Updated on March 10, 2019
Stella Kaye profile image

Stella writes poems and short stories and has published a selection of these on HubPages.

Grave Decisions


Chilled to the Bone

"Sleep never comes easy when you're ninety-something and a staunch atheist," Great Aunt Thelma would often remark as she downed her sleeping pills with a glass of cold water. With her pink, hand-knitted bed-jacket wrapped around her tightly to protect her from howling draughts, she would turn down the inadequate heating even further leaving the rest of us to freeze then retire to the relative warmth of the east wing. She knew her observation would provoke a heated religious discussion which would keep everybody wide awake well into the small hours while she herself slept soundly with her electric blanket on full.

"You never know, you might be pleasantly surprised when it's your turn, "Uncle Wallace would reply, hoping to sow the seeds of belief in her mind just in case she might depart into the hereafter, her soul unprepared, that very night. I think out of all of us, he was the one who genuinely cared for her, but then again he was a man of the cloth.

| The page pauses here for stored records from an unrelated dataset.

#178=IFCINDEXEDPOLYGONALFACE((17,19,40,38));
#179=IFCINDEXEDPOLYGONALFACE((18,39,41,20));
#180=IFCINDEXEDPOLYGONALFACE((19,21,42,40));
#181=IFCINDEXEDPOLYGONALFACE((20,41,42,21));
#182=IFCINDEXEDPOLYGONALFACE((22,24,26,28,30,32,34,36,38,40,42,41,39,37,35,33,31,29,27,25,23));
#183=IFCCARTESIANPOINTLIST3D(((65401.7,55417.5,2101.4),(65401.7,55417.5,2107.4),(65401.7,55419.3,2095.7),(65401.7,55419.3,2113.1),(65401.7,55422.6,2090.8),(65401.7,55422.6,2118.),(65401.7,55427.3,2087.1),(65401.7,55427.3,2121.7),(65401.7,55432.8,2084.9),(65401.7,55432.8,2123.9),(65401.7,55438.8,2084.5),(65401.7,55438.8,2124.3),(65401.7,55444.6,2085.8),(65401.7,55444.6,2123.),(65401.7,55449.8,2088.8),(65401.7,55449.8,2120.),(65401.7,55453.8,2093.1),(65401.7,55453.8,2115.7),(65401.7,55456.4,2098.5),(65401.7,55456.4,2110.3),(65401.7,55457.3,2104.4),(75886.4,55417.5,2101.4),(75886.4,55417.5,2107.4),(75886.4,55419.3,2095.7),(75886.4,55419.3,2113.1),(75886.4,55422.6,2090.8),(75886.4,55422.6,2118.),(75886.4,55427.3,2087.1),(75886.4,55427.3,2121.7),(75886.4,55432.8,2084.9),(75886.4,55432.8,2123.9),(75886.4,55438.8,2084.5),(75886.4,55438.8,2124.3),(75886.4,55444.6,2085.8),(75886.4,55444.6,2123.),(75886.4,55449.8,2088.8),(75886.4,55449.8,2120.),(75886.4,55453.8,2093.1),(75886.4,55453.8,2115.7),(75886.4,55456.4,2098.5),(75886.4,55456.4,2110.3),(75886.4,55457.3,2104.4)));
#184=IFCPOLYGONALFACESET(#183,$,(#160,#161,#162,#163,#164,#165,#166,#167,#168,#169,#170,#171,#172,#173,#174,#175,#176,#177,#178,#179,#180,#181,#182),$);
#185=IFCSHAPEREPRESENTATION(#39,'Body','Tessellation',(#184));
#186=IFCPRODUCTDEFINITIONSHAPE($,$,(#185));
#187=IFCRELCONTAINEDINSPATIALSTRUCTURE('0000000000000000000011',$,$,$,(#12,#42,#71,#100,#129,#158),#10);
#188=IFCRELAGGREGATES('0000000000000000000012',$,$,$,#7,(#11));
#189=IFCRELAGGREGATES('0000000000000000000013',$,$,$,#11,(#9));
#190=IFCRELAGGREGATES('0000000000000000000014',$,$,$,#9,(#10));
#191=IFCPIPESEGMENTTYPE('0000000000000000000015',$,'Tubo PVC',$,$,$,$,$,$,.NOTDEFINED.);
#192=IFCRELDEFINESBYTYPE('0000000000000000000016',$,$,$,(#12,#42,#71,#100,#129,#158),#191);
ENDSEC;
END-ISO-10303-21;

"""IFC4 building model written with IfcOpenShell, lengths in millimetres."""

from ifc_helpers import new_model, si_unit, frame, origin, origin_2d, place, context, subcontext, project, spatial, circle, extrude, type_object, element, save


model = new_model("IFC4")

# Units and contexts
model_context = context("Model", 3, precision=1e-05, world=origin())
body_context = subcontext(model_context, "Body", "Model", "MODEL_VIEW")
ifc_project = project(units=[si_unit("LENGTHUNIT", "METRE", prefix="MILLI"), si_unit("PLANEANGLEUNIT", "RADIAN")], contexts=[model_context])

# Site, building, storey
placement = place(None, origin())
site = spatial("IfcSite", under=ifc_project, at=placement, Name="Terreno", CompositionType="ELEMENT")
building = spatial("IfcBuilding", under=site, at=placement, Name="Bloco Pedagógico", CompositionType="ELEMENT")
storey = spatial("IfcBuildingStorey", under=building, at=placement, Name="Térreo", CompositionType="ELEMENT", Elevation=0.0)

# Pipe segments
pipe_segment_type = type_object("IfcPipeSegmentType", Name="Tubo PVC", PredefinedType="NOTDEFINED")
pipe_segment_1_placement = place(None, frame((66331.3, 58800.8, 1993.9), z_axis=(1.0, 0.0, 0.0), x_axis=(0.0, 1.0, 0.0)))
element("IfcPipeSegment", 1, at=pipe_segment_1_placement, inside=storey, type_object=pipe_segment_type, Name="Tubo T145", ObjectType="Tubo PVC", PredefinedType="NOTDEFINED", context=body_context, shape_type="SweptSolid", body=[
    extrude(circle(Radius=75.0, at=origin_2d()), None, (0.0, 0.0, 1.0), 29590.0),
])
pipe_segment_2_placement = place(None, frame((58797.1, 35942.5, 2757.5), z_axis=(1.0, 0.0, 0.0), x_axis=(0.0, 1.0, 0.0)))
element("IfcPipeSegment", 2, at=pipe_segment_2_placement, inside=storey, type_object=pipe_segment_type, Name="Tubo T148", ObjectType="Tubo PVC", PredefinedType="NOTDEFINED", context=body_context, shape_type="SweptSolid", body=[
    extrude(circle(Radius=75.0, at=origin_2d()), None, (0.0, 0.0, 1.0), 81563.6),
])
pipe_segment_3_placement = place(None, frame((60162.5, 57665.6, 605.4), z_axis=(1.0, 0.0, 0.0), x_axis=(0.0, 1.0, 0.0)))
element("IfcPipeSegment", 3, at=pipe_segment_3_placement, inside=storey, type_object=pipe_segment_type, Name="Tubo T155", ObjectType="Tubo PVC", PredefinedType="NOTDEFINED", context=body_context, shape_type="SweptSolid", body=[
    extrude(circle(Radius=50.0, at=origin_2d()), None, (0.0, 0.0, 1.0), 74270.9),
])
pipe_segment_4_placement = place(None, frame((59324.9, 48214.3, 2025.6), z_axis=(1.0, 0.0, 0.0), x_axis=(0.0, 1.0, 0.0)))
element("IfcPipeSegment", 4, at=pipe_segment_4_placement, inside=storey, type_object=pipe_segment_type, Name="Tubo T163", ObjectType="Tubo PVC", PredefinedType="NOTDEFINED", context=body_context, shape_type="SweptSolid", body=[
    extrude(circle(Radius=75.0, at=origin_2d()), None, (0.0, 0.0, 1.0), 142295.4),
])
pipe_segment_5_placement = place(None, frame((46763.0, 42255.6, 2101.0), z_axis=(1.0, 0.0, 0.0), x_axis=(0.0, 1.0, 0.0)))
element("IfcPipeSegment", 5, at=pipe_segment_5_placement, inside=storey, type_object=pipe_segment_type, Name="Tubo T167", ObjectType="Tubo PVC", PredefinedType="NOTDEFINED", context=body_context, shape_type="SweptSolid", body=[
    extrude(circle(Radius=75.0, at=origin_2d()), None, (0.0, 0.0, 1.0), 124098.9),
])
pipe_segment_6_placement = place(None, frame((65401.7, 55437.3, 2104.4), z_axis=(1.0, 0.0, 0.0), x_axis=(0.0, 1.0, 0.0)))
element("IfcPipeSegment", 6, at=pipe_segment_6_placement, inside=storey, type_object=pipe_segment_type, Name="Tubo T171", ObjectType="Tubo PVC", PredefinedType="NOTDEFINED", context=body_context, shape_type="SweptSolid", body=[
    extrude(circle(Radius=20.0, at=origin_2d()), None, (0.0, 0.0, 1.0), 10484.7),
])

But aunt Thelma remained blissfully happy in her unbelief. "Dead's dead - that's all there is to it!" Then she would glare at you with those piercing, icy blue eyes that chilled you to the very bone. They were capable of banishing even the most determined Jehovah's Witness from the castle doorstep, although she preferred to stand there and argue with them, wielding her walking stick like Moses with his staff, parting the Red Sea, but there was only the moat around the castle and even that had dried up, thanks to Aunt Thelma's parsimony and the water board. She would gleefully tell these witnesses how many pints of blood she had donated in younger days, making them rush straight back to their Kingdom Hall. Perversely she would read their "Watchtowers" and "Awake" magazines, and then deface them by adding speech bubbles and funny captions to the pictures on the covers. There was Joshua outside the walls of Jericho shouting "Can we have our ball back please?" and Moses wandering round in the wilderness begging for a map.

"Do you actually possess a Bible?" asked one proselytising caller, as if he was preaching to the heathen in some backwater of humanity.

"Yes, of course... without it my antique bookcase would be a bit wobbly... woodworm you know," came aunt Thelma's swift response.

But she never revealed that she actually possessed quite a collection of Bibles; apart from the King James Version, at least a dozen others adorned the shelves of the castle library. She had translations of other ancient scriptures too... it was as if she really was searching for some sort of answer, in spite of her cynicism, but could find none which convinced her.

The Salvation Army fared no better than the Witnesses when faced with such a formidable opponent. To Aunt Thelma, religion was merely a crutch for people who wouldn't face the possibility of their own demise and subsequent non-existence.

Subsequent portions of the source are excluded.